As the first of its type to be designed and manufactured in Australia, the secret behind the RBI is that it makes the most of the bone volume the patient still has, while minimizing risk to the nerves and veins in their jaw patient.
It also maximizes force distribution to give patients a better chewing experience.
A/Prof Judge says it is particularly effective in patients with long-term missing posterior teeth and those with resorbed alveolar ridges.
Ask any oral health professional and they will tell you that missing teeth can be replaced in many ways, including removable partial or full dentures, bridges on prepared teeth, bridges attached to teeth, and dental implants.
But as everyone knows, dental implants – which have been used to replace missing teeth in clinical dental practices since the 1980s – work best when there is healthy bone to anchor the implant to during the post-healing phase. place.
“A conventional cylindrical dental implant requires a finite height and width of bone to achieve primary stability,” says A/Prof Judge. “This is not always amenable in situations where the tooth has been missing for a significant period of time.”
He says 1.5mm of bone is usually required around all aspects of the implant to ensure stability and blood supply to the healing surfaces.
In cases where there is reduced bone volume, the lack of blood supply reduces predictable healing outcomes while reduced stability means there is increased micromotion across the bone-implant interface resulting in unfavorable fibrous union as opposed to osseointegration of the implant to the bone.
“Some patients do not have enough healthy bone in their jaw as a result of losing it through trauma or diseases such as oral cancers, while others have a deficit due to having their teeth extracted years ago,” says A/Prof Judge.
Patients with impaired bone healing have a reduced chance of success, he adds. “These will include patients who currently smoke, have uncontrolled diabetes, have had radiation to the head and neck, or are taking certain medications to help manage osteoporosis.”
A/Prof Judge says dental implants that have a fixed tooth replacement option when placed in the back of the mouth results in patients regaining the ability to chew food effectively thereby improving digestion.
Implants placed in the anterior regions can support tooth replacements similar in dimension and aesthetic appearance to natural teeth, he says.
“Having confidence in your smile is an important part of socialization and helps with job opportunities and other milestone achievements.”
A/Prof Judge explains that the RBI came about because he and his fellow inventors, dental surgeon Dr Tim Gazelakis and physicist Joseph Palamara, recognized that with one in 10 patients missing teeth that cannot be helped by current implants in market, conventional implants were clearly not an option for everyone.
The RBI team faced many hurdles to get the project to this stage of development, including the impact from COVID-19, as well as the numerous ethics clearances required to advance both animal and human studies.
However, the design of the rectangular block implant has been constant since the original CAD drawings 12 years ago, says A/ Prof Judge, with the matching surgical tip providing the rectangular osteotomy the main thing that has changed since the development of the first prototype .
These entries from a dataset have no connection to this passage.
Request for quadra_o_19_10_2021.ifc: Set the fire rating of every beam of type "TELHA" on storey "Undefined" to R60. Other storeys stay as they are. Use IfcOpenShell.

First a look at what the model holds.

```python
import ifcopenshell
import ifcopenshell.util.element

model = ifcopenshell.open("quadra_o_19_10_2021.ifc")
print(model.schema)
storey = next(s for s in model.by_type("IfcBuildingStorey") if s.Name == "Undefined")
beams = [e for e in ifcopenshell.util.element.get_decomposition(storey) if e.is_a("IfcBeam")]
seen = {}
for e in beams:
    element_type = ifcopenshell.util.element.get_type(e)
    key = (element_type.Name if element_type != e and element_type else None, ifcopenshell.util.element.get_pset(e, "Pset_BeamCommon", "FireRating"))
    seen[key] = seen.get(key, 0) + 1
for (name, value), count in sorted(seen.items(), key=str):
    print(count, "x", name, "|", value)
```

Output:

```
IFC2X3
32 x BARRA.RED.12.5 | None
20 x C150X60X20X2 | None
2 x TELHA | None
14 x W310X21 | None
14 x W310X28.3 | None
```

```python
import ifcopenshell
import ifcopenshell.api.pset
import ifcopenshell.util.element

model = ifcopenshell.open("quadra_o_19_10_2021.ifc")

storey = next(s for s in model.by_type("IfcBuildingStorey") if s.Name == "Undefined")
beams = [e for e in ifcopenshell.util.element.get_decomposition(storey) if e.is_a("IfcBeam")]

count = 0
for e in beams:
    element_type = ifcopenshell.util.element.get_type(e)
    if element_type in (None, e) or element_type.Name != "TELHA":
        continue
    found = ifcopenshell.util.element.get_pset(e, "Pset_BeamCommon", should_inherit=False)
    if found:
        pset = model.by_id(found["id"])
        if len(ifcopenshell.util.element.get_elements_by_pset(pset)) > 1:
            pset = ifcopenshell.api.pset.unshare_pset(model, products=[e], pset=pset)[0]
    else:
        pset = ifcopenshell.api.pset.add_pset(model, product=e, name="Pset_BeamCommon")
    ifcopenshell.api.pset.edit_pset(model, pset=pset, properties={"FireRating": "R60"})
    count += 1

print(count, "beams updated")

model.write("quadra_o_19_10_2021_updated.ifc")
```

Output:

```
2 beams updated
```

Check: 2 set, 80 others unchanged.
While the sites the team are working on are among the most difficult to deal with both masticatory loads and bone volume, A/Prof Judge says the concept has been “extremely successful in initial animal studies”. In human trials, it has achieved the same level of success as conventional implants.
To date, the development team has successfully placed implants in two patients, both of whom had positive bond and soft tissue responses.
The project has so far attracted funding from the Biomedical Translational Bridge Program as well as a Medical Research Commercialization grant from the University of Melbourne. An Australian Seed Grant Financial Accelerator from the Department of Education will enable the team to work with the Australian manufacturer Signature Orthopedics.
Proof-of-concept clinical trials in humans have recently begun, with the trial being the first step in commercializing RBI.